Charcoal-based materials are highly interested due to their low cost, porous structure, and environmentally friendly nature1,30-32. Recently, amidoxime-modified hollow fibers were used for uranium adsorption33. Zhou et al. reported 1D porous adsorbent from wood waste for adsorption of polycyclic aromatic hydrocarbons34. Liao et al. reported pig manure-based biochar for uranium extraction35. Wang et al. reported 1D amidoxime modified bamboo charcoal for uranium extraction from seawater36. Although fewer amidoxime modified adsorbents show higher uranium adsorption capacity in natural seawater. However, most of them suffer some drawbacks such as high cost, difficult synthetic procedures, and systematic examination is necessary to find the uranium adsorption mechanism. The efficient adsorption of uranium from seawater in a sustainable way remains a major task due to the lack of functional adsorbent.

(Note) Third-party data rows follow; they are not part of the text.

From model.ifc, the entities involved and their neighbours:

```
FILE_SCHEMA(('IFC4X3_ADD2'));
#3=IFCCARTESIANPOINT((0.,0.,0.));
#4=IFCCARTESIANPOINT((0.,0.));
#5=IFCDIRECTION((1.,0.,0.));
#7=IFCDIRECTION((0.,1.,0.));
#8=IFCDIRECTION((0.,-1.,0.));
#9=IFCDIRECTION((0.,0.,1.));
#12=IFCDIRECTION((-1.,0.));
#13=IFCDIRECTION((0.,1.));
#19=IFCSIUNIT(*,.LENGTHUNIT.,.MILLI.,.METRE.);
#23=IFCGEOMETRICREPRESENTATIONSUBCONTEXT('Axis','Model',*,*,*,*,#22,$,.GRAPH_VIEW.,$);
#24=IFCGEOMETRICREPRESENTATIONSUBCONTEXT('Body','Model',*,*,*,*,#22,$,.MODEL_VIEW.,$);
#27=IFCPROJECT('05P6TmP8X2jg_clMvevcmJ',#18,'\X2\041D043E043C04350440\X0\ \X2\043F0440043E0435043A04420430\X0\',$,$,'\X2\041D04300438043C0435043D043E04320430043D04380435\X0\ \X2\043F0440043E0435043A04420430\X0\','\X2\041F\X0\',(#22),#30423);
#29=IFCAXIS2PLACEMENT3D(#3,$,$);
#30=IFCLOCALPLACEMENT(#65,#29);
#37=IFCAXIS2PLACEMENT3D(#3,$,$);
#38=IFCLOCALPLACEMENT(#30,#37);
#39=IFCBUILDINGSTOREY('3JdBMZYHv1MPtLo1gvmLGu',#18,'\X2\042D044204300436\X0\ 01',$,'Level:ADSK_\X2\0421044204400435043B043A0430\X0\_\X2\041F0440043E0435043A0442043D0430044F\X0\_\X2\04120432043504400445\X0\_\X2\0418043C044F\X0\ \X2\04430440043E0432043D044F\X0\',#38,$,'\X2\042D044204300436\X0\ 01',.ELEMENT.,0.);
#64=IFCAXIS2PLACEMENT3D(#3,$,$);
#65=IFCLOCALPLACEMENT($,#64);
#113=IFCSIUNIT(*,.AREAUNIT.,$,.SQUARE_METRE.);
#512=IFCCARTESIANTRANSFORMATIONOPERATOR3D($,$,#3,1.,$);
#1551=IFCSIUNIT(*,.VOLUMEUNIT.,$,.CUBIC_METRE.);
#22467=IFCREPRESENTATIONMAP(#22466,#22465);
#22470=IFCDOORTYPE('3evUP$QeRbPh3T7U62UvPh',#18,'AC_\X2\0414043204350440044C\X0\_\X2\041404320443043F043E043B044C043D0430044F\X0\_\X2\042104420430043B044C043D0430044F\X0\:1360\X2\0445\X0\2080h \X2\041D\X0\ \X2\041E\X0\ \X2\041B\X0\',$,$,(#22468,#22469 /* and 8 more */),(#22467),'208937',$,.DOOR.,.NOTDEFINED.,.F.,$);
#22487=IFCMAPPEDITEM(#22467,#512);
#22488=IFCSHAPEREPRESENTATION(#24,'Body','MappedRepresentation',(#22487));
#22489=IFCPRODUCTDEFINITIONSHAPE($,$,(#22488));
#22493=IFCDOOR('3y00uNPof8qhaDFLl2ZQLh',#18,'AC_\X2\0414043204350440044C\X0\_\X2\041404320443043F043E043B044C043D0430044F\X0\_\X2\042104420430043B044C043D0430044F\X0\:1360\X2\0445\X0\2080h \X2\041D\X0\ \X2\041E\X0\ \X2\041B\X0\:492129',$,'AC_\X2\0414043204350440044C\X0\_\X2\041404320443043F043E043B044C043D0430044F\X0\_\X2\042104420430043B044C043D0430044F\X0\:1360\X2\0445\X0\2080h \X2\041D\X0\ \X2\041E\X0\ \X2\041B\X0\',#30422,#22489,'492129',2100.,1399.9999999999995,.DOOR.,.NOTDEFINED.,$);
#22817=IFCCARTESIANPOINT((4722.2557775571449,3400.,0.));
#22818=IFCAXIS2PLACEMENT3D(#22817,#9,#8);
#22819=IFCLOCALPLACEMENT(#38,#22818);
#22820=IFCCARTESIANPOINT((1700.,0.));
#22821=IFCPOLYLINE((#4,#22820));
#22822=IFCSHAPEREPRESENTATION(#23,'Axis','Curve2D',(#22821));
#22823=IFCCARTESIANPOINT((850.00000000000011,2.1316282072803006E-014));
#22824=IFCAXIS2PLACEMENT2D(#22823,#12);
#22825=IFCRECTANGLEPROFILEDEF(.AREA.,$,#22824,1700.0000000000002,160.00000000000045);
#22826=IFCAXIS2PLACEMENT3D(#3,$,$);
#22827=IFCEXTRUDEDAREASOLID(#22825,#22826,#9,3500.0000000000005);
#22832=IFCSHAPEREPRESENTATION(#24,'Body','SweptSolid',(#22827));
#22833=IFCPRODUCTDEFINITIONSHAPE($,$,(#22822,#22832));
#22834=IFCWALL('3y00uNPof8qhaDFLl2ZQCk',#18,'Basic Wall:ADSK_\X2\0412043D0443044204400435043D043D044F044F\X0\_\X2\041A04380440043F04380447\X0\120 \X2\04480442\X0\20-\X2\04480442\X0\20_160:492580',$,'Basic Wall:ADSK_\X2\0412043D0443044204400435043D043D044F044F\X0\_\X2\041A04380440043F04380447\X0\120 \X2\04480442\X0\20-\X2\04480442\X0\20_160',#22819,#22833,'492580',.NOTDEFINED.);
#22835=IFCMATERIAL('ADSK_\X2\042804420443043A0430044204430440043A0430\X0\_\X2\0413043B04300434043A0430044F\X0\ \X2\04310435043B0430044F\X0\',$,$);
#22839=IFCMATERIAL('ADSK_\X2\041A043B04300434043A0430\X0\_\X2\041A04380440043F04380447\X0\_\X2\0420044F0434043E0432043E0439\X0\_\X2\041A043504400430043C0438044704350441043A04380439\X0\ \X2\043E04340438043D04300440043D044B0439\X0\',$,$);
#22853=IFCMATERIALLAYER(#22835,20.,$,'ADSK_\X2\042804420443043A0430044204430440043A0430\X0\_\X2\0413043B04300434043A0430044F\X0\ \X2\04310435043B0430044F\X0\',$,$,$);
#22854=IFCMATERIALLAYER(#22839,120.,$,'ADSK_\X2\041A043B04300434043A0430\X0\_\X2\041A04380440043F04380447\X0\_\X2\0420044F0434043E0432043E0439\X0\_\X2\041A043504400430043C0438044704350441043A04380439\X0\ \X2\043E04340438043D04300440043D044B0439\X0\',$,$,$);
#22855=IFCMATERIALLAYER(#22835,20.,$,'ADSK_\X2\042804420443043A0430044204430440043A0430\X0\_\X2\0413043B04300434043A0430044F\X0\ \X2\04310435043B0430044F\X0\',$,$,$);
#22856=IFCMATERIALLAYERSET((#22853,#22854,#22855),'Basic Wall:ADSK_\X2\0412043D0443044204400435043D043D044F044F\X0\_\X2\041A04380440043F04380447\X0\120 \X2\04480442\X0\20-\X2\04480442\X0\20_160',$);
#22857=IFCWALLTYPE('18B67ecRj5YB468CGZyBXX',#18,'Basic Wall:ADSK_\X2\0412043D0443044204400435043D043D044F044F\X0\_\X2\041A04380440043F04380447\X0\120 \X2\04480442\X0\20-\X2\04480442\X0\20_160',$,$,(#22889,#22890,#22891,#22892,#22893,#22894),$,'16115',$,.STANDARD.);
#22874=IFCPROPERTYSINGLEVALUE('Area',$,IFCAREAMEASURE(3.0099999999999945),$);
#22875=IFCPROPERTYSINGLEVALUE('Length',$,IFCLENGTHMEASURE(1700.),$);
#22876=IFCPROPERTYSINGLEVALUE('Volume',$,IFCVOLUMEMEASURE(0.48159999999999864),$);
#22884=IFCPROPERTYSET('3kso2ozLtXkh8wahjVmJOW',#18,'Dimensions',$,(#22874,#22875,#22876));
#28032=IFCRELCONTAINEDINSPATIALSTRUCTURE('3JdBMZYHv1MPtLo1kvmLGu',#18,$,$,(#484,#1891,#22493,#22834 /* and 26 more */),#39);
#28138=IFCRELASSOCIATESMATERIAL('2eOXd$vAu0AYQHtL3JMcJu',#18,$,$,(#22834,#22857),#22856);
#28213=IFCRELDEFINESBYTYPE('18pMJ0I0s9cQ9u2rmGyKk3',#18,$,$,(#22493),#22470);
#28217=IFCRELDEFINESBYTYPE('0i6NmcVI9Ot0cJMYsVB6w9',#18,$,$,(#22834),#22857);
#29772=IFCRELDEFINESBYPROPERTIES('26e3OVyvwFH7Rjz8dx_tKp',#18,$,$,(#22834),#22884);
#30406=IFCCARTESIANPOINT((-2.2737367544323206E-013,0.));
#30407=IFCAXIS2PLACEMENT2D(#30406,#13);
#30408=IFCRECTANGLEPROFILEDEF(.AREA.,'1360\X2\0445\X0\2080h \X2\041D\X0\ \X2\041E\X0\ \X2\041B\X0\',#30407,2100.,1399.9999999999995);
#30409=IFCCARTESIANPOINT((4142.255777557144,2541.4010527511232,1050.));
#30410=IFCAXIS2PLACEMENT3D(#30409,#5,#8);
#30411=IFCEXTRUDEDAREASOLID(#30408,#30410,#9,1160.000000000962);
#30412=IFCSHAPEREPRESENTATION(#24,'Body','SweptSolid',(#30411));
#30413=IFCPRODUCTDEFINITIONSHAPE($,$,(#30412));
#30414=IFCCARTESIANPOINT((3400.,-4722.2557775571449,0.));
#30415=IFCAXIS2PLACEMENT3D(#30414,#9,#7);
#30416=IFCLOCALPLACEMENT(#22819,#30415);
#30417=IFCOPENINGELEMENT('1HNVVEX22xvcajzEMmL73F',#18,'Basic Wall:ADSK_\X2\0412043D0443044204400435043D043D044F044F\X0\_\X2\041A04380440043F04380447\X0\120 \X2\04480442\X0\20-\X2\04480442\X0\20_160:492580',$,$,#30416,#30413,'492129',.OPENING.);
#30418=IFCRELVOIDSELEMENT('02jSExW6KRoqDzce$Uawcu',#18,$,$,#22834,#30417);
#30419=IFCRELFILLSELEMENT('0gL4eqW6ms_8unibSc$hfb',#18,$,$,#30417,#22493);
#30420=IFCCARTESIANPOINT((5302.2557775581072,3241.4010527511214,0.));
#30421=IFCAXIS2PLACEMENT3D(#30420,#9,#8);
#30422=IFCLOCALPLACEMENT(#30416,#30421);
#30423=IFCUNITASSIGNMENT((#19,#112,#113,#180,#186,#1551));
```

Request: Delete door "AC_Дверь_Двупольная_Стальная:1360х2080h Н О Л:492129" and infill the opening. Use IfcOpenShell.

```python
import ifcopenshell
import ifcopenshell.api.feature
import ifcopenshell.api.pset
import ifcopenshell.api.root
import ifcopenshell.geom
import ifcopenshell.util.element
import ifcopenshell.util.shape
import ifcopenshell.util.unit

model = ifcopenshell.open("model.ifc")
area_scale = ifcopenshell.util.unit.calculate_unit_scale(model, "AREAUNIT")
volume_scale = ifcopenshell.util.unit.calculate_unit_scale(model, "VOLUMEUNIT")
settings = ifcopenshell.geom.settings()


def volume(element):
    """Net volume in cubic metres, openings subtracted."""
    shape = ifcopenshell.geom.create_shape(settings, element)
    return ifcopenshell.util.shape.get_volume(shape.geometry)


door = model.by_id(22493)
opening = door.FillsVoids[0].RelatingOpeningElement
wall = opening.VoidsElements[0].RelatingBuildingElement
before = volume(wall)

ifcopenshell.api.root.remove_product(model, product=door)
ifcopenshell.api.feature.remove_feature(model, feature=opening)

after = volume(wall)
thickness = 0.16  # wall thickness in metres

# Update the wall's stored quantities.
pset = model.by_id(ifcopenshell.util.element.get_pset(wall, "Dimensions", should_inherit=False)["id"])
ifcopenshell.api.pset.edit_pset(model, pset=pset, properties={
    "Area": model.create_entity("IfcAreaMeasure", after / thickness / area_scale),
    "Volume": model.create_entity("IfcVolumeMeasure", after / volume_scale),
})

print(f"wall volume {before:.3f} -> {after:.3f} m3")

model.write("model_edited.ifc")
```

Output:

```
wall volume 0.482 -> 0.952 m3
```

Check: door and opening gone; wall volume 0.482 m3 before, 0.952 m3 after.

In this work, we have implemented two ways to prepare amidoxime polymer chain grafted charcoal adsorbent material by free radical polymerization for uranium adsorption from seawater. (i) polymerization of AN in presence of azobisisobutyronitrile (AIBN) and (ii) the enhancement of polymerization using DVB as a crosslinking agent. Accordingly, a porous polymer chain grafted adsorbent was synthesized chemically for efficient uranium adsorption. Various batch adsorption experiments, theoretical models, and analytical techniques were used to investigate the adsorption characteristics and adsorption mechanism including adsorption capacity, kinetics, and selectivity, the interaction between uranium and chelating sites, interference due to competing ions, and investigation of uranium recovery and adsorbent stability. The uncertainty in uranium adsorption results due to error propagation is also reported in this study.